In 1878, the church had helped its black members build Mattoon Church on Hampton Avenue. After Chicora was established, it supported Second Presbyterian to minister to the students. Its “Working Society” sponsored Third Presbyterian on Buncombe Road. As a result, in 1898, the congregation once more changed its name. Washington Street Presbyterian became First Presbyterian Church.
And First it has remained.

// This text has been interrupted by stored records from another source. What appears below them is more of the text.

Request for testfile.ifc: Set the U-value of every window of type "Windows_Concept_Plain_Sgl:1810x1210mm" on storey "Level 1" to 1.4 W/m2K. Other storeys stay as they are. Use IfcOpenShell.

First a look at what the model holds.

```python
import ifcopenshell
import ifcopenshell.util.element

model = ifcopenshell.open("testfile.ifc")
print(model.schema)
storey = next(s for s in model.by_type("IfcBuildingStorey") if s.Name == "Level 1")
windows = [e for e in ifcopenshell.util.element.get_decomposition(storey) if e.is_a("IfcWindow")]
seen = {}
for e in windows:
    element_type = ifcopenshell.util.element.get_type(e)
    key = (element_type.Name if element_type != e and element_type else None, ifcopenshell.util.element.get_pset(e, "Pset_WindowCommon", "ThermalTransmittance"))
    seen[key] = seen.get(key, 0) + 1
for (name, value), count in sorted(seen.items(), key=str):
    print(count, "x", name, "|", value)
```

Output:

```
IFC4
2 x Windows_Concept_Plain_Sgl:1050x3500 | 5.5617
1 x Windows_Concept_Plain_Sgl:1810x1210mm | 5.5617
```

```python
import ifcopenshell
import ifcopenshell.api.pset
import ifcopenshell.util.element

model = ifcopenshell.open("testfile.ifc")

storey = next(s for s in model.by_type("IfcBuildingStorey") if s.Name == "Level 1")
windows = [e for e in ifcopenshell.util.element.get_decomposition(storey) if e.is_a("IfcWindow")]

count = 0
for e in windows:
    element_type = ifcopenshell.util.element.get_type(e)
    if element_type in (None, e) or element_type.Name != "Windows_Concept_Plain_Sgl:1810x1210mm":
        continue
    # add_pset returns the element's existing set when there is one.
    pset = ifcopenshell.api.pset.add_pset(model, product=e, name="Pset_WindowCommon")
    ifcopenshell.api.pset.edit_pset(model, pset=pset, properties={"ThermalTransmittance": 1.4})
    count += 1

print(count, "windows updated")

model.write("testfile_rev.ifc")
```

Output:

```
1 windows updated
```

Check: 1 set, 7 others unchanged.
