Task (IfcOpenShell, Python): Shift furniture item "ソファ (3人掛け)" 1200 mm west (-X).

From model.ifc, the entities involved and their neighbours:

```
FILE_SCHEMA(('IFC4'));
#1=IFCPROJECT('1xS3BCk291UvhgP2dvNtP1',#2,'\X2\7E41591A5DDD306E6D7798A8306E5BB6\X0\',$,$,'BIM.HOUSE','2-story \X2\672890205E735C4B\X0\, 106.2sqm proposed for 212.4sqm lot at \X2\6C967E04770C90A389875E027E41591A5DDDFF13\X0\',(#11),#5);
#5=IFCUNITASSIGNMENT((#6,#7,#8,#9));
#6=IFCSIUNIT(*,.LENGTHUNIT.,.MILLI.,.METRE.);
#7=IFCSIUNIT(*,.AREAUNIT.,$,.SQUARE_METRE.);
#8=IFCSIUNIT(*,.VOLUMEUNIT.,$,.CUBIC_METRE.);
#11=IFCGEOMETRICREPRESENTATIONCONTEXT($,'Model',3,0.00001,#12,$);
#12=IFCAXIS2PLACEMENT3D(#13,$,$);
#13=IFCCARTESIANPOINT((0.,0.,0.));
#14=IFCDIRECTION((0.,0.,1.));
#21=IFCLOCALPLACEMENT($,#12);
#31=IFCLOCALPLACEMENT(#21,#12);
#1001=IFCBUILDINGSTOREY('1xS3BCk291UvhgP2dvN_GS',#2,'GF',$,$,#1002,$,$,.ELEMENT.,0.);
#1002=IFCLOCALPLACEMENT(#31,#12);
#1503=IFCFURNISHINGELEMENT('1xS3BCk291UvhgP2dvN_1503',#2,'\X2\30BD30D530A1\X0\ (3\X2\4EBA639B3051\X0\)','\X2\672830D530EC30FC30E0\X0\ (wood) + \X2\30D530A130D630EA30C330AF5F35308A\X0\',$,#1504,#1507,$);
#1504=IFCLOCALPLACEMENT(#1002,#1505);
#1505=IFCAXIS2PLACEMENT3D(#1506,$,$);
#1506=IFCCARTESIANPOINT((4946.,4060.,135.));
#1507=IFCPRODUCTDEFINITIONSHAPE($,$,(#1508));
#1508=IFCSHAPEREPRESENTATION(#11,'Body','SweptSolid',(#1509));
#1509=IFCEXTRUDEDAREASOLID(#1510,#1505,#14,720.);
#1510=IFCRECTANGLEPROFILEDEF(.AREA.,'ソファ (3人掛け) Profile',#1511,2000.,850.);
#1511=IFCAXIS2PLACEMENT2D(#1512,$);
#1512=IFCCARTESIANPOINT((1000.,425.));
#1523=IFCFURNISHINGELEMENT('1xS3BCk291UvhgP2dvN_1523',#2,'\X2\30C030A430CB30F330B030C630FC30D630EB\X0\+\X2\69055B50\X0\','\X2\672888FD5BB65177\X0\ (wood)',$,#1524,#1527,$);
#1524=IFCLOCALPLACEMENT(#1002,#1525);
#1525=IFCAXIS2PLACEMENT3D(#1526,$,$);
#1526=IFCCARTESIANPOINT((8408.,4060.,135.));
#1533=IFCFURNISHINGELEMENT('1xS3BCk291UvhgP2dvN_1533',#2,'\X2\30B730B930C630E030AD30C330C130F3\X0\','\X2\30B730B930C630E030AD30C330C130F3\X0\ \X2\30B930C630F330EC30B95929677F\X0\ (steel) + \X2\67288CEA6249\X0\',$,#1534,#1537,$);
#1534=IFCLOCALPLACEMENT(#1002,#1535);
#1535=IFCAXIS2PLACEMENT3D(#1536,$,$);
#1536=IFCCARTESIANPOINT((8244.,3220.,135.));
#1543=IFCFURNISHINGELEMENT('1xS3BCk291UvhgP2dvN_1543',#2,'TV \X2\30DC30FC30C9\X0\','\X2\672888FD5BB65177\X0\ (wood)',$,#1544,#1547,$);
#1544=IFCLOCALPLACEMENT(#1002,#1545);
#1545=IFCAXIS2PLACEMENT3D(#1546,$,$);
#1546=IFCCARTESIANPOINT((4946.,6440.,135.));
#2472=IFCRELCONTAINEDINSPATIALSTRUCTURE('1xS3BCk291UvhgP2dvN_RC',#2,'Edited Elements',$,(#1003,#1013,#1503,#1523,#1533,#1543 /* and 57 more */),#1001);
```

```python
import ifcopenshell
import ifcopenshell.api.geometry
import ifcopenshell.util.placement
import ifcopenshell.util.unit

model = ifcopenshell.open("model.ifc")
unit_scale = ifcopenshell.util.unit.calculate_unit_scale(model)

item = model.by_guid("1xS3BCk291UvhgP2dvN_1503")
matrix = ifcopenshell.util.placement.get_local_placement(item.ObjectPlacement)
matrix[0, 3] -= 1.2 / unit_scale
ifcopenshell.api.geometry.edit_object_placement(model, product=item, matrix=matrix, is_si=False)

print(ifcopenshell.util.placement.get_local_placement(item.ObjectPlacement).round(3) + 0.0)

model.write("model_v2.ifc")
```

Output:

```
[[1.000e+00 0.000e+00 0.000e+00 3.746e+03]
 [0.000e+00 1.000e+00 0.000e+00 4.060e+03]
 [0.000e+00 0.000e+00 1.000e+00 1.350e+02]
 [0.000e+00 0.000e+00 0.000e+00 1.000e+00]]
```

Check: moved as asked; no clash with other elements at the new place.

The mother now of 14 churches and the sponsor of the first Boy Scout Troop in the state, the congregation affirmed its faith in downtown in 1961 and has since expanded to fill nearly two city blocks. Although it faces theological challenges today, First Presbyterian has served stalwart and independent members, many of them Scots and Scots-Irish, for more than 160 years.
Dr. Judith Bainbridge was born in New Jersey in 1936. She received her B.A. from Mary Washington College and her M.A. and Ph.D from the University of Iowa. She taught in Furman University’s English Department from 1976 until her retirement as a Professor in 2007. Dr. Bainbridge is an active figure in the preservation of Greenville’s history. She has written several books, been a frequent contributor to the Greenville News, and is one of the founding members of the Historic Greenville Foundation.